You can connect to shared storage on a Windows PC by using the Map Network Drive button in a file explorer window (click the yellow folder icon in the taskbar).

      1. Select This PC in the left-hand pane.
      2. Click Computer, which will present a drop-down menu, and then from that menu click Map network drive.
      3. In the Map Network Drive utility, select a free Drive letter.
        Then enter the combination of fileserver address and path in the Folder field.
        For the example, in the home directory described above the path would be \\\homes\home08\jharvard.
        If you are mounting a lab share path, enter that instead (example: \\\jharvard_lab).
        Make sure Connect using different credentials is checked.
        Click Finish to continue.Optional: If you want this drive to reconnect every time you log on to your computer, check Reconnect at sign-in. Just bear in mind that it will not re-connect if you are not on the VPN or your normal campus wired jack.

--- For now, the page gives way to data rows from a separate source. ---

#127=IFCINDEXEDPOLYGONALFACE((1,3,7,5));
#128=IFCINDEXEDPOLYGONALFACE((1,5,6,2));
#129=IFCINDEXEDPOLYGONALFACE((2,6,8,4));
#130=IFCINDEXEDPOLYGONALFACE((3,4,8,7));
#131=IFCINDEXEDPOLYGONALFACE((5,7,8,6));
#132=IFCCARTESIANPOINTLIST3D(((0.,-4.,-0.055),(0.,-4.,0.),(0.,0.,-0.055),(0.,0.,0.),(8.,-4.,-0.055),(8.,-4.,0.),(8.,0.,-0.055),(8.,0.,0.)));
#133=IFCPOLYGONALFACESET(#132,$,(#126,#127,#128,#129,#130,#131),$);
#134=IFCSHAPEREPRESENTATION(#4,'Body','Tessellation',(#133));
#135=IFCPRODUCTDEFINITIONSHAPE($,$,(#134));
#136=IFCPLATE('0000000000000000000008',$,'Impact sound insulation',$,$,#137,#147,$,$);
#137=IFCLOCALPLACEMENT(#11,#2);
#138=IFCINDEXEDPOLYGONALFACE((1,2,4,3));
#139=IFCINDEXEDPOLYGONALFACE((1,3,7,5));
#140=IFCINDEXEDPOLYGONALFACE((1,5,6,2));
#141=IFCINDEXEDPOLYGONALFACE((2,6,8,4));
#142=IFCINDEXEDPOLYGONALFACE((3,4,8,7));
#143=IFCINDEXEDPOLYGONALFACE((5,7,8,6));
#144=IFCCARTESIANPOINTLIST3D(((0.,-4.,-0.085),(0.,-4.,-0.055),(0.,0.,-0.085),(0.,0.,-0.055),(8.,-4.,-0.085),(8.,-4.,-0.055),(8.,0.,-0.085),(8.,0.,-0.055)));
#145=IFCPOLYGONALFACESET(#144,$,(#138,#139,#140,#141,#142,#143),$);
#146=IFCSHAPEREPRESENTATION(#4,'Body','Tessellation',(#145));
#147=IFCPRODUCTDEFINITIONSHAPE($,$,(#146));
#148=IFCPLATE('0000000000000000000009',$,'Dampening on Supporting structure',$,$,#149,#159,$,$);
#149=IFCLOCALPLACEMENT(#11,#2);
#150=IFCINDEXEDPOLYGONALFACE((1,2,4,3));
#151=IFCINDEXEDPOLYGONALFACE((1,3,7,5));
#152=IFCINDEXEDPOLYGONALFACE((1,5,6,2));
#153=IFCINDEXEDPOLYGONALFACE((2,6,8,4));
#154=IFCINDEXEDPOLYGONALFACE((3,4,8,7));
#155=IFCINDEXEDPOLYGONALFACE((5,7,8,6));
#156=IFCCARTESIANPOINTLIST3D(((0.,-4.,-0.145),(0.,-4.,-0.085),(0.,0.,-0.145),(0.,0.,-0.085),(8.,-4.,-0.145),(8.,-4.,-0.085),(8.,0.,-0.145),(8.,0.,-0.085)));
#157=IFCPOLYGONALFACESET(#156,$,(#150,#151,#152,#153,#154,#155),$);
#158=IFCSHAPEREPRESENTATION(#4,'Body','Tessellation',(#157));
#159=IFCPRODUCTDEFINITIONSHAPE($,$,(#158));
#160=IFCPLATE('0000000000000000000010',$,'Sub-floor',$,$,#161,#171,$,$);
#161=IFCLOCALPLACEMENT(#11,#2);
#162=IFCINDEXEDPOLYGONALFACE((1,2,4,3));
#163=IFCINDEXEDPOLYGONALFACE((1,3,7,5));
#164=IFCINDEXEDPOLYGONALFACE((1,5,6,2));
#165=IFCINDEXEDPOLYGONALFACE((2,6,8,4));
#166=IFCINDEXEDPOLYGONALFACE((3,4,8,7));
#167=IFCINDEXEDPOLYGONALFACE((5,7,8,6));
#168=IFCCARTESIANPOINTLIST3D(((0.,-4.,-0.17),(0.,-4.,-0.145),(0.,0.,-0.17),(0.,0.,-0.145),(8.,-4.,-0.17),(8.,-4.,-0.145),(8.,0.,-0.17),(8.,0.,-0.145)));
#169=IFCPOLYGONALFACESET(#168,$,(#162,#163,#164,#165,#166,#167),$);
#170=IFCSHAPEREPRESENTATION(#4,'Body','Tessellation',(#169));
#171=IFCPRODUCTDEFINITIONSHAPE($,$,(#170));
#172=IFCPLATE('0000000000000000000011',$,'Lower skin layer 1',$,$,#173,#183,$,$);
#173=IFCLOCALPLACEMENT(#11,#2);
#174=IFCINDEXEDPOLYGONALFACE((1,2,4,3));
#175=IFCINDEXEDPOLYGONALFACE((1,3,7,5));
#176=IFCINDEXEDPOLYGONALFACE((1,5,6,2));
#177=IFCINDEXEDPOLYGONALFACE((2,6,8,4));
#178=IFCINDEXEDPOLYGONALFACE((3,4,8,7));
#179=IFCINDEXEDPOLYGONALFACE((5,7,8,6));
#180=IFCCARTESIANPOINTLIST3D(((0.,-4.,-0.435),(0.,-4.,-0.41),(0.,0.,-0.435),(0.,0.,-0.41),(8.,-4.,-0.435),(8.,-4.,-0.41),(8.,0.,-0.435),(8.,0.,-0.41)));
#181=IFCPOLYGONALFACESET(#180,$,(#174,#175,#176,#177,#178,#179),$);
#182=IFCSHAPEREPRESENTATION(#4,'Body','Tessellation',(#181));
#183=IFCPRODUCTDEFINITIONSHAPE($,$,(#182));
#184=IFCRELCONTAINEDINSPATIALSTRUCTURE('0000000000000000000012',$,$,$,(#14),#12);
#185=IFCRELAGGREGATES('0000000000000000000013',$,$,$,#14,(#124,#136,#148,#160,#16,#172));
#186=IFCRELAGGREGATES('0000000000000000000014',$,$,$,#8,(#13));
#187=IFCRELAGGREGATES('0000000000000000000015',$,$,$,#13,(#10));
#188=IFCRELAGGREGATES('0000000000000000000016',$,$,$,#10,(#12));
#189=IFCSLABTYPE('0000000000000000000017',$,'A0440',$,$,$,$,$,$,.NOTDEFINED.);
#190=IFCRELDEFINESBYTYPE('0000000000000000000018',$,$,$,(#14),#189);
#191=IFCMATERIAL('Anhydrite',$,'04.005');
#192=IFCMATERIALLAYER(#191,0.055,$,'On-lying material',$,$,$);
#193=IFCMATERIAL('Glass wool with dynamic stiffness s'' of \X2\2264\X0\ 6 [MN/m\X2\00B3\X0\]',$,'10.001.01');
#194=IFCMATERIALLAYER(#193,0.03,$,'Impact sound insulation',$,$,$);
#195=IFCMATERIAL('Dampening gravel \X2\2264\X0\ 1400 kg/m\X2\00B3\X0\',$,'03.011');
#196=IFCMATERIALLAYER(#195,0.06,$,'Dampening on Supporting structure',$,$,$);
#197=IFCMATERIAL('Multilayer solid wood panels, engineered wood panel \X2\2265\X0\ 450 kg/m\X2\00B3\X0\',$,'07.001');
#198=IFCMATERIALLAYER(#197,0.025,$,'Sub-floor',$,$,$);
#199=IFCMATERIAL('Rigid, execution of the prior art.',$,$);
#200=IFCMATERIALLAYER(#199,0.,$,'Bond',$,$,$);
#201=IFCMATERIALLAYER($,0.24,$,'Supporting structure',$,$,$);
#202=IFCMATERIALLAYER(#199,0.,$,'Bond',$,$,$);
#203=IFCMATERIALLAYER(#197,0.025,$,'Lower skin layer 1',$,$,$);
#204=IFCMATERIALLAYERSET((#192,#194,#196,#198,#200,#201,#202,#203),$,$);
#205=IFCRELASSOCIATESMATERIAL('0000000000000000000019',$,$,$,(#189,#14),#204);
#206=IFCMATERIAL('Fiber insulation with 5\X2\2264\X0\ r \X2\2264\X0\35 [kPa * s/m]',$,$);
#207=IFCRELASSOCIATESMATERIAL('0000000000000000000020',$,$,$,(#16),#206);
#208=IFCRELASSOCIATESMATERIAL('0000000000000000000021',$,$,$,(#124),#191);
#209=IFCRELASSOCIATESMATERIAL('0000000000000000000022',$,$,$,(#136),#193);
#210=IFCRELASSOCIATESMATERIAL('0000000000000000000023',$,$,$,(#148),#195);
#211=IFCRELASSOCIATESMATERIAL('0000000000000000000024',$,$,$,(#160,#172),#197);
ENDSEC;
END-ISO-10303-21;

        The reason you must check Connect using different credentials in the Map Network Drive box is that your PC has a local account (and a local ‘domain’) and it will default to that if you do not specify another username and domain. If you don’t select this checkbox and attempt to connect, it will try to authenticate with your local PC information and after three failed attempts will result in a lockout (FYI: Don’t worry, lockouts expire automatically in about 5 minutes).
      4.  When you are prompted to Enter Network Credentials, prepend your FASRC username withRC\ to specify you are connecting to the RC domain with your username.
        Example: RC\jharvard means ‘Connect to the server and path I entered above as RC domain user jharvard’.

      TIP: If Windows is complaining about drives already being mapped/in us, you can clear all network drive mappings. Use with caution, this cannot be undone. If you have any other mapped network drives/shares, you will have to go back and re- connect them again. To do this, open Command Prompt and enter net use \\SERVER\SHARE /delete where “SERVER\SHARE” would be equivalent to “\jharvard_lab” in the above example.

      Linux using a terminal window

      You can mount storage on most Linux systems by using the desktop GUI’s file browsing application or you can do this from the command line. Run the id command on your Linux machine to determine your local uid and gid, then enter the following commands (set username to your FASRC username and set uid and gid to your local account values):
      mkdir /mnt/cluster mount -t cifs -o workgroup=rc,username=jharvard,uid=1000,gid=1000 // /mnt/cluster (you must change the uid and gid to your own local uid and gid). This will prompt you for your password. If instead you get an error message about a read-only filesystem, it could be because mount.cifs is not installed on your system. Using this method, you will need to reissue the command every time you boot your computer.

      Some users prefer using smbclient to connect to Samba/SMB/CIFS shares. This is an optional package you will need to install on your own.

    • SFTP/Filezilla  If you are unable to mount your lab storage using one of the above methods, or your lab’s share is simply not available via Samba, you always have the option of using SFTP. This is especially useful if you need to maintain a different VPN connection and cannot connect to our VPN. SFTP to a login node does not require a FASRC/FAS VPN connection as login nodes use two-factor authentication.
    • We recommend FileZilla as a reliable, cross-platform SFTP client. Note that SFTP uses SSH and our two-factor authentication, so you will need to ensure you have OpenAuth set up, and that you have have cluster access and a home directory. If you are unsure, SSH to a login node first. If you need to request cluster access, see our doc on adding groups/access.